§ Task statement
Only one stretch of the records below is wanted: the lines from the one holding "# Site, building, storey" through the one holding "storey_placement = place(building_placement, origin_with_axes())". Return it exactly, both ends included.

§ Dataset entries
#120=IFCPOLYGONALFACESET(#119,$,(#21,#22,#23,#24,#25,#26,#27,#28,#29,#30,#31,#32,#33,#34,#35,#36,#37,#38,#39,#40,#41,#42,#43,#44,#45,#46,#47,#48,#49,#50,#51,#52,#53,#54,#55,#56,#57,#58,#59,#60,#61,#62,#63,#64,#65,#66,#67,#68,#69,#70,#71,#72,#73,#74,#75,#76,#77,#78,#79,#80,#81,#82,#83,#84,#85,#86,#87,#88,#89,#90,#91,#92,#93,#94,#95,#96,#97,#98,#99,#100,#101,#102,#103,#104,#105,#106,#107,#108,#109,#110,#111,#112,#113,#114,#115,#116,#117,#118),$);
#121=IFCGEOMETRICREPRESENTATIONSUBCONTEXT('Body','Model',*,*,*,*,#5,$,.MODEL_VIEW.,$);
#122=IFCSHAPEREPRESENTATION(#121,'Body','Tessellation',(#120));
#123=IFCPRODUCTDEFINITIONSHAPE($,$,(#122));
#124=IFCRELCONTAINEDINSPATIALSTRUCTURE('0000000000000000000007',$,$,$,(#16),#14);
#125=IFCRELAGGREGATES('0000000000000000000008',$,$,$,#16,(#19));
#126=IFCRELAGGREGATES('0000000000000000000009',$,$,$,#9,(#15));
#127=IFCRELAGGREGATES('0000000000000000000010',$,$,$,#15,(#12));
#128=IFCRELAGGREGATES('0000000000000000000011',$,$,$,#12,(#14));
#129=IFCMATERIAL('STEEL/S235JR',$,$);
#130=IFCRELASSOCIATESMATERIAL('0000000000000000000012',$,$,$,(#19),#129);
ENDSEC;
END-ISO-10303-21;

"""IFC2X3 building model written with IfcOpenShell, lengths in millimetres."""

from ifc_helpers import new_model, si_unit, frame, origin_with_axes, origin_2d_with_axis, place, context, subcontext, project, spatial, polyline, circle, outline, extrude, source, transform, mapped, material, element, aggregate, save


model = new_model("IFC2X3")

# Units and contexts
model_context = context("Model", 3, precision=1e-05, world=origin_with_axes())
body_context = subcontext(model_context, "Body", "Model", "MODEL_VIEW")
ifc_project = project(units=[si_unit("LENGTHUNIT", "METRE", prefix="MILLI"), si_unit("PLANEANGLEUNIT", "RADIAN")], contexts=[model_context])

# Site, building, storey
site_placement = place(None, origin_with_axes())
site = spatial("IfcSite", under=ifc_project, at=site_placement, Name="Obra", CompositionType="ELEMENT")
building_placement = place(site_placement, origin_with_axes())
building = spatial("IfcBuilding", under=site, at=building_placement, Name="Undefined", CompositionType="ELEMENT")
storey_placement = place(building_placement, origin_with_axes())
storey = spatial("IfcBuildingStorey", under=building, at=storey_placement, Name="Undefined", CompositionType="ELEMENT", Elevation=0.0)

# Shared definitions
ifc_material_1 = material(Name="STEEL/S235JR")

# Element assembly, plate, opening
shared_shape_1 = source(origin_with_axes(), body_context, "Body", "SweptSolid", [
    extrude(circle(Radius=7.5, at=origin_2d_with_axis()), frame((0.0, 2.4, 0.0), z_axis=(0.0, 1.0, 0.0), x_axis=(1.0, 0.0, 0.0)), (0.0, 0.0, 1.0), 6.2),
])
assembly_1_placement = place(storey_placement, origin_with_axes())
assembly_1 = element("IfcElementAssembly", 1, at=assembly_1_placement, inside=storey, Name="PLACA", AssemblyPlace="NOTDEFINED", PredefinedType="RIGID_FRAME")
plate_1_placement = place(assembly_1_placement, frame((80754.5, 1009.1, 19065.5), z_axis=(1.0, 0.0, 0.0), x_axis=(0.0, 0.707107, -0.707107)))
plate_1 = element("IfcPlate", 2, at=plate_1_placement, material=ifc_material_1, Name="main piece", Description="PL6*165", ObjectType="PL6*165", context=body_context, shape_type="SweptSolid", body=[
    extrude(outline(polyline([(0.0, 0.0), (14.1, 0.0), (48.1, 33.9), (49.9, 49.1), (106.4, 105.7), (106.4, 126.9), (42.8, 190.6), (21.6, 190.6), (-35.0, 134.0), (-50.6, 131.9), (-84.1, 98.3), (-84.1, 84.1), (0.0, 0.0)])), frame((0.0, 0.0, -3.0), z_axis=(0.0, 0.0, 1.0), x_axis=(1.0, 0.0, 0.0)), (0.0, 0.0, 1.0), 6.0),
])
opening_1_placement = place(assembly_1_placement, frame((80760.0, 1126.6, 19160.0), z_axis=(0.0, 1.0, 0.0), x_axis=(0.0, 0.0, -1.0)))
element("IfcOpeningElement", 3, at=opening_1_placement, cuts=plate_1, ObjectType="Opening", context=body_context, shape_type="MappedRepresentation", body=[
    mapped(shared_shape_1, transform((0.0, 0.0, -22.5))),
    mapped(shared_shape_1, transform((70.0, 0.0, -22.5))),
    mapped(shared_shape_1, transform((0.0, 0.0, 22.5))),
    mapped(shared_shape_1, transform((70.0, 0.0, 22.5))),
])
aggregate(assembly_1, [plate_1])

==

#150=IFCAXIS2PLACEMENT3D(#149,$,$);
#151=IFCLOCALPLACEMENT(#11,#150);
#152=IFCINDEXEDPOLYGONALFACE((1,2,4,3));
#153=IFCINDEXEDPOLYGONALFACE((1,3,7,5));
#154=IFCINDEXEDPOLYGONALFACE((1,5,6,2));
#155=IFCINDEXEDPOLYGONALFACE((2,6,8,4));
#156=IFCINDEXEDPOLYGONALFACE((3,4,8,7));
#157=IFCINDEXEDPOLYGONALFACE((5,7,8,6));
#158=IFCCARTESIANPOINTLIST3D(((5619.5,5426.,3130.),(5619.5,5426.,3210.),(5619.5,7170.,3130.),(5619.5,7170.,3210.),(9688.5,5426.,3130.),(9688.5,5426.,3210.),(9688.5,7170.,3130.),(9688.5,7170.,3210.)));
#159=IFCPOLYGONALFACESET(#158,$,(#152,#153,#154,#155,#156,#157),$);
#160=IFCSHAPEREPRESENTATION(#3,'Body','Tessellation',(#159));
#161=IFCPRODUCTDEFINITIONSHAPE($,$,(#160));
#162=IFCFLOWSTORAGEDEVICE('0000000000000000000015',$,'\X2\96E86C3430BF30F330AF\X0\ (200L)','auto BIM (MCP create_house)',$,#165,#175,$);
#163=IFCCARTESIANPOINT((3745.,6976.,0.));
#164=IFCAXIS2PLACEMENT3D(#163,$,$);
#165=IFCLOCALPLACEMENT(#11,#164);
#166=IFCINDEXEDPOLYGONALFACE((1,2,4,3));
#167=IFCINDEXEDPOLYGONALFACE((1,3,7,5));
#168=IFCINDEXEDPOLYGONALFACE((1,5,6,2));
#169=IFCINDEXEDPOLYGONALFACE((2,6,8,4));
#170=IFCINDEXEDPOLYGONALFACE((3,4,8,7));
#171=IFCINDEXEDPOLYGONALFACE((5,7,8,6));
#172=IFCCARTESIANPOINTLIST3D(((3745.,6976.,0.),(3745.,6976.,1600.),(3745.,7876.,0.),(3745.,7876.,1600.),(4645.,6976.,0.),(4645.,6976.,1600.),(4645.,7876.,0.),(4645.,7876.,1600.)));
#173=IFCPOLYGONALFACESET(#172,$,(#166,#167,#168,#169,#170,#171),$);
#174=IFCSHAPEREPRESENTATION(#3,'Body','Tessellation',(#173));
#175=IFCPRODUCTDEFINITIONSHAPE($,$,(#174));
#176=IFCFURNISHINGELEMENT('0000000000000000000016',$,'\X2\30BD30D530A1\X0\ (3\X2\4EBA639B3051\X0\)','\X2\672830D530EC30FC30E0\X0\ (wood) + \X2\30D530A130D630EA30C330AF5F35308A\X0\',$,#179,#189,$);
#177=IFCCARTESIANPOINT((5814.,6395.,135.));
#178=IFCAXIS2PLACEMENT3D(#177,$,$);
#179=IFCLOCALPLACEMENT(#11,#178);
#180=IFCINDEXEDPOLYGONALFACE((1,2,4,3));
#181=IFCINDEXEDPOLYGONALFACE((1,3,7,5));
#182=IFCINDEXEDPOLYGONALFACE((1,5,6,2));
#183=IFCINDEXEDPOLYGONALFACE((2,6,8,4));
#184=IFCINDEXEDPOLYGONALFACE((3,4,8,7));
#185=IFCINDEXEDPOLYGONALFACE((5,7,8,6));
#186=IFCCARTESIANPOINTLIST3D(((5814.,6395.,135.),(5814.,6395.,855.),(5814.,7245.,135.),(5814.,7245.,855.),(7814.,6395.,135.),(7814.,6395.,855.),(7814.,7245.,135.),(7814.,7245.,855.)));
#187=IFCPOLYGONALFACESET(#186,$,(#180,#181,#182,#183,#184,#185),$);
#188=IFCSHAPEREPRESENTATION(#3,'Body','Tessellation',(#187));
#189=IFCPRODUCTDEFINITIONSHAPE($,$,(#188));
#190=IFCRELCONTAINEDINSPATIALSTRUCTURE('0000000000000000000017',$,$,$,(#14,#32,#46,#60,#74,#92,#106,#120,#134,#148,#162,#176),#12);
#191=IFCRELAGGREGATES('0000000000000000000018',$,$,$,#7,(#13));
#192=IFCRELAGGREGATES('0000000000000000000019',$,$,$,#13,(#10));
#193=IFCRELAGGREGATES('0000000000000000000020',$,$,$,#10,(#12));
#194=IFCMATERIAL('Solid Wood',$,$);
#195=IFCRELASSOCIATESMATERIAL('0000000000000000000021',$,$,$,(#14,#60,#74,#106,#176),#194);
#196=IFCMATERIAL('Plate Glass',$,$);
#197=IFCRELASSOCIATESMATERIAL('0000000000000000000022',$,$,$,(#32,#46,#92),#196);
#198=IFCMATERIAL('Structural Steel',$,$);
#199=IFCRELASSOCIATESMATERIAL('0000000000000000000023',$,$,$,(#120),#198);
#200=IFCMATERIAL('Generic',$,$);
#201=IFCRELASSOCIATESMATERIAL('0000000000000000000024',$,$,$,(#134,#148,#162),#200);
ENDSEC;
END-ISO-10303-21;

§ Response area
# Site, building, storey
site_placement = place(None, origin_with_axes())
site = spatial("IfcSite", under=ifc_project, at=site_placement, Name="Obra", CompositionType="ELEMENT")
building_placement = place(site_placement, origin_with_axes())
building = spatial("IfcBuilding", under=site, at=building_placement, Name="Undefined", CompositionType="ELEMENT")
storey_placement = place(building_placement, origin_with_axes())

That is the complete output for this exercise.